Gate prices at factories in China rose at the fastest pace in more than a quarter of a century as record coal prices increased inflationary pressures on businesses and manufacturers.
The producer price index rose 10.7% year-on-year in September, with official data showing Thursday the highest rate of increase since 1995. PPI rose 9.5% in August.
Soaring global commodity prices have pushed up factory gate prices in China Suddenly high This year Coal shortage It exacerbates the energy crisis and leads to a call from the government for higher production.
The rise in producer prices in the country, which was boosted in September by the basic effects of 2020, has been carefully watched during this period. Higher inflation in the U.S. It raised concerns among policy makers.
But the numbers haven’t penetrated yet Consumer prices In China, it rose only 0.7% in September, slower than in August.
Apart from the potential spillover to Chinese consumers, producer prices are also raising concerns. More than higher cost For the manufacturing industry in a country that has helped facilitate the rapid recovery of the coronavirus from a pandemic, but is currently under pressure from a power shortage.
Zhiwei Zhang, Chief Economist at Pinpoint Asset Management, said: “The ambitious goal of carbon neutrality puts continuous pressure on commodity prices, which is passed on to downstream companies.”
Trade data released Wednesday revealed that China’s coal imports surged 76% year-on-year in September. Power distribution In factories and companies. The data also show resilient trade despite energy problems, with exports up 28% in dollars year-on-year in the same month.
The government has been working to raise commodity prices after announcing its goal of reaching carbon neutrality by 2060 last year. A state conference in May, chaired by Chinese Prime Minister Li Keqiang, announced that important coal companies would be “encouraged to increase production.”Inner Mongolia Weekly Authority Increased output ordered..

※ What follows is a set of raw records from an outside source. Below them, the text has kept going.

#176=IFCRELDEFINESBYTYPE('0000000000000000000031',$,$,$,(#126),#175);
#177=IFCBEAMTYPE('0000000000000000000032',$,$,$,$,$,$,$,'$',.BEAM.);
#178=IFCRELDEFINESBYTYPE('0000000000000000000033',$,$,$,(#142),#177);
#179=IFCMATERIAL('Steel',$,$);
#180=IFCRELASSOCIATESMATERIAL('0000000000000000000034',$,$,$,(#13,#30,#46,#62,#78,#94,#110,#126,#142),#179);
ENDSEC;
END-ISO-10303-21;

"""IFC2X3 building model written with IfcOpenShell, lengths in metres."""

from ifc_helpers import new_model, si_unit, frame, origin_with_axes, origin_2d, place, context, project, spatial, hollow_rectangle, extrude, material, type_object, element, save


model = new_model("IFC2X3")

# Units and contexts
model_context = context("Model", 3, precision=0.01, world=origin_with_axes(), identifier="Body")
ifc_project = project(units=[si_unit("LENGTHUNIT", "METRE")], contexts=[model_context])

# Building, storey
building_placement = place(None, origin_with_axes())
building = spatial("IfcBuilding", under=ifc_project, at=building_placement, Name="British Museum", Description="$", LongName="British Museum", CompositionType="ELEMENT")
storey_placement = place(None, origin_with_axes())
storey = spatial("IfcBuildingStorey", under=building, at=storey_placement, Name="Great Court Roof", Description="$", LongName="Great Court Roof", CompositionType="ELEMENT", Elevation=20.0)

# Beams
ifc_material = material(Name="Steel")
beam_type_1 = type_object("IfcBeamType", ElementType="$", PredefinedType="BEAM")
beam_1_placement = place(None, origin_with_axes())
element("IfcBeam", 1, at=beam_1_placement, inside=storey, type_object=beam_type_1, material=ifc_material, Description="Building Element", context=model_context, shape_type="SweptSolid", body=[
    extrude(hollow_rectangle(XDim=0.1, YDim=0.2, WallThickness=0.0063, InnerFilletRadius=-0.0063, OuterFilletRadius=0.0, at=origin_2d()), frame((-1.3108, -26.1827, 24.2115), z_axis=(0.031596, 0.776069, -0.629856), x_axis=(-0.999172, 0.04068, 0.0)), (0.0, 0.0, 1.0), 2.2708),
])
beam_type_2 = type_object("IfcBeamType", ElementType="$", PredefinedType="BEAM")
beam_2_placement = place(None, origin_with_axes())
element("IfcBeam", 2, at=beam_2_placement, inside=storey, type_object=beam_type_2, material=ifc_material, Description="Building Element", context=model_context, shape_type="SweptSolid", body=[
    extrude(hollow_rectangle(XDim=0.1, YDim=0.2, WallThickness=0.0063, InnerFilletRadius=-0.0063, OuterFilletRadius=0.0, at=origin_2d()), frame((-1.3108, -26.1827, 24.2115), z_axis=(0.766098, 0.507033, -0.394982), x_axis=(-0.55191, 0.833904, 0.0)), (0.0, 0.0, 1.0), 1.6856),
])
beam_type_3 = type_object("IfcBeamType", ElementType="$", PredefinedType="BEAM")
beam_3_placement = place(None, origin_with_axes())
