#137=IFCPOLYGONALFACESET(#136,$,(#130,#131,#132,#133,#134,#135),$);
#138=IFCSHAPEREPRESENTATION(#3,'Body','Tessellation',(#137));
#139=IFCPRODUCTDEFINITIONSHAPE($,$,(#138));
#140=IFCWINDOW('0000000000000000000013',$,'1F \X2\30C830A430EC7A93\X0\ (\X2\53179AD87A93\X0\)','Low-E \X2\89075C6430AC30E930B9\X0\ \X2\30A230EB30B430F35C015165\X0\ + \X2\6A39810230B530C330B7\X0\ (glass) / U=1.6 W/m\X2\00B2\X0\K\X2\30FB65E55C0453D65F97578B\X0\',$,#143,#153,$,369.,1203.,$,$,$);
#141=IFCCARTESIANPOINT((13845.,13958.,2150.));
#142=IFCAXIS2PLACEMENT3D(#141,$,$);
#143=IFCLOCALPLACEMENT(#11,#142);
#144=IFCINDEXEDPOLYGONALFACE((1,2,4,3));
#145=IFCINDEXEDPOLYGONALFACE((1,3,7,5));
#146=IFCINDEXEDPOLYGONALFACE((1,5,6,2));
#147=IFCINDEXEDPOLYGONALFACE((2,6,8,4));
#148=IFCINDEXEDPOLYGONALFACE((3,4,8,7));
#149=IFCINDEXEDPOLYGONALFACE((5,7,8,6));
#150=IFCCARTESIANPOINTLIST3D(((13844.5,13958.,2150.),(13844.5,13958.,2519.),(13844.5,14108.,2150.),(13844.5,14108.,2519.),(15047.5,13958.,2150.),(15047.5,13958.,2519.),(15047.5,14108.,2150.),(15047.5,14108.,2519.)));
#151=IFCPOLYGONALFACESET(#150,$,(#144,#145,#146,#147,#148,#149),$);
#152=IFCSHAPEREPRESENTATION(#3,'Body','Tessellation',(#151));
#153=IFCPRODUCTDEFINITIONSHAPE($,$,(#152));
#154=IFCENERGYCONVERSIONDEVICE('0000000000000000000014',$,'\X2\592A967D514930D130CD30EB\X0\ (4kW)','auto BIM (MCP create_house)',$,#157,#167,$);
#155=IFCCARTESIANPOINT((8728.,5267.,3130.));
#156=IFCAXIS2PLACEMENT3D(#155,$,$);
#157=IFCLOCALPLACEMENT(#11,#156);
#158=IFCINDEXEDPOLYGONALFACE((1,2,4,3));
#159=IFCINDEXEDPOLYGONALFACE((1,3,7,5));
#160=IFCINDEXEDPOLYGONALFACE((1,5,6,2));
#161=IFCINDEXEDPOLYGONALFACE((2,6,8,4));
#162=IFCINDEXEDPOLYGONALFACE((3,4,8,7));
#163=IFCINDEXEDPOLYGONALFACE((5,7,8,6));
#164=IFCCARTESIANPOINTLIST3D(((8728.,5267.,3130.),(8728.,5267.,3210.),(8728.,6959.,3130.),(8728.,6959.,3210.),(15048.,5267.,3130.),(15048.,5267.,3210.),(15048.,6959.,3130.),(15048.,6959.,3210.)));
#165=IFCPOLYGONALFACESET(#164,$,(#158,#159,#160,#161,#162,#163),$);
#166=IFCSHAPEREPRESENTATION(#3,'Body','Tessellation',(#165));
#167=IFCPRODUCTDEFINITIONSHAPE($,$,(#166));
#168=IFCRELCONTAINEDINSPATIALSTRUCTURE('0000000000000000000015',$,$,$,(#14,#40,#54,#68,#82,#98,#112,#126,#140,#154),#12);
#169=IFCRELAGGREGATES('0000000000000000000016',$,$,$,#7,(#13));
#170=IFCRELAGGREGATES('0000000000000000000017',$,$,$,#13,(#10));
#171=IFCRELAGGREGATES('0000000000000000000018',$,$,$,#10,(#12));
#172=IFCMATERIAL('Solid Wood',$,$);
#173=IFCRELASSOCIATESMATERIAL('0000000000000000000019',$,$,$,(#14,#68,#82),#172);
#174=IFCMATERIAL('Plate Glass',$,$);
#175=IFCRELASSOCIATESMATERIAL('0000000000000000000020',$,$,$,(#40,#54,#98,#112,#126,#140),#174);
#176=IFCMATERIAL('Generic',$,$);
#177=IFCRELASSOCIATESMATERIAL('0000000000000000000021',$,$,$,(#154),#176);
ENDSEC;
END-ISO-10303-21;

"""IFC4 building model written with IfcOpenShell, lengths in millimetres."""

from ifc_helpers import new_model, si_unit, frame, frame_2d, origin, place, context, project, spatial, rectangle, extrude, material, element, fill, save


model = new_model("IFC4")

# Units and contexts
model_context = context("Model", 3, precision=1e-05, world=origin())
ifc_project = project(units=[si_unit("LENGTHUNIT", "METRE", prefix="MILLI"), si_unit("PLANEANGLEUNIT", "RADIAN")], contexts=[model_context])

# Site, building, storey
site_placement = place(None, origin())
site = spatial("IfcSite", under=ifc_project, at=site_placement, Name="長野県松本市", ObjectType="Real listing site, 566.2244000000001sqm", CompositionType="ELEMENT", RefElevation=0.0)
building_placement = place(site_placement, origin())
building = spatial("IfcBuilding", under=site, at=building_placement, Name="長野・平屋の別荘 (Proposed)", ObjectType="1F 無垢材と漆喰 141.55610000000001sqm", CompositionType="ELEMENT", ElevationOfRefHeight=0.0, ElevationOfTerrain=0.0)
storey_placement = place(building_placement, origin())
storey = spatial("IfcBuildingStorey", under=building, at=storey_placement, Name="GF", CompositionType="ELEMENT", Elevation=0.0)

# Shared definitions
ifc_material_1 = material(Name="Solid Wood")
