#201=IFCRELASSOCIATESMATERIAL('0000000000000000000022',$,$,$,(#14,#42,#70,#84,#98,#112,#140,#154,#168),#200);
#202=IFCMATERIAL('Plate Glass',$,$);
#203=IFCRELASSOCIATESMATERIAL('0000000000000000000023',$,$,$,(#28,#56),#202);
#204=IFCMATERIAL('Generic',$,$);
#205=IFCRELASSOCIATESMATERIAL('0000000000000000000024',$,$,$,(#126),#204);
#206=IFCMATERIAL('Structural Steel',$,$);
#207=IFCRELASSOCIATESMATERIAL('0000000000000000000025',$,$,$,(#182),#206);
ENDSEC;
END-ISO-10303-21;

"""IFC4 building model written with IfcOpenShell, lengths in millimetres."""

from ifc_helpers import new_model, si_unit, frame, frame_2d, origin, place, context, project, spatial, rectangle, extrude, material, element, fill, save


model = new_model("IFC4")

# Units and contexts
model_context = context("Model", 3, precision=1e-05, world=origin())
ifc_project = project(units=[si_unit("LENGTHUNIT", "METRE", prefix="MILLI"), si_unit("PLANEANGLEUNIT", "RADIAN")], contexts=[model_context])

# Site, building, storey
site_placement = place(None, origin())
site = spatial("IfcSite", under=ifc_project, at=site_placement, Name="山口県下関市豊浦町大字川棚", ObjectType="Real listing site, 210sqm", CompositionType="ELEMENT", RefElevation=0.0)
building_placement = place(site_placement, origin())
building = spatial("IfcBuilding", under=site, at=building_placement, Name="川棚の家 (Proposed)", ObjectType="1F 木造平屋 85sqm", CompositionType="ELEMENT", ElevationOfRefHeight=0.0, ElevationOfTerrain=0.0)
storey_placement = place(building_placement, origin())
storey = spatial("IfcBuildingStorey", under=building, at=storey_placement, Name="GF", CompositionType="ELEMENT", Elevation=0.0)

China’s factory gate inflation “will not last this long,” added that there are few signs that power shortages are pushing up finished product prices, said Ciana Yue, assistant economist at Capital Economics.
“Sooner or later, as real estate construction slows, coal and metal prices are likely to fall,” she said.
In addition to energy shortages, China’s economy is under pressure from its vast real estate sector-wide slowdown and financial difficulties at some of the largest real estate developers, including: Evergrande, I missed interest payments on dollar-denominated bonds this week.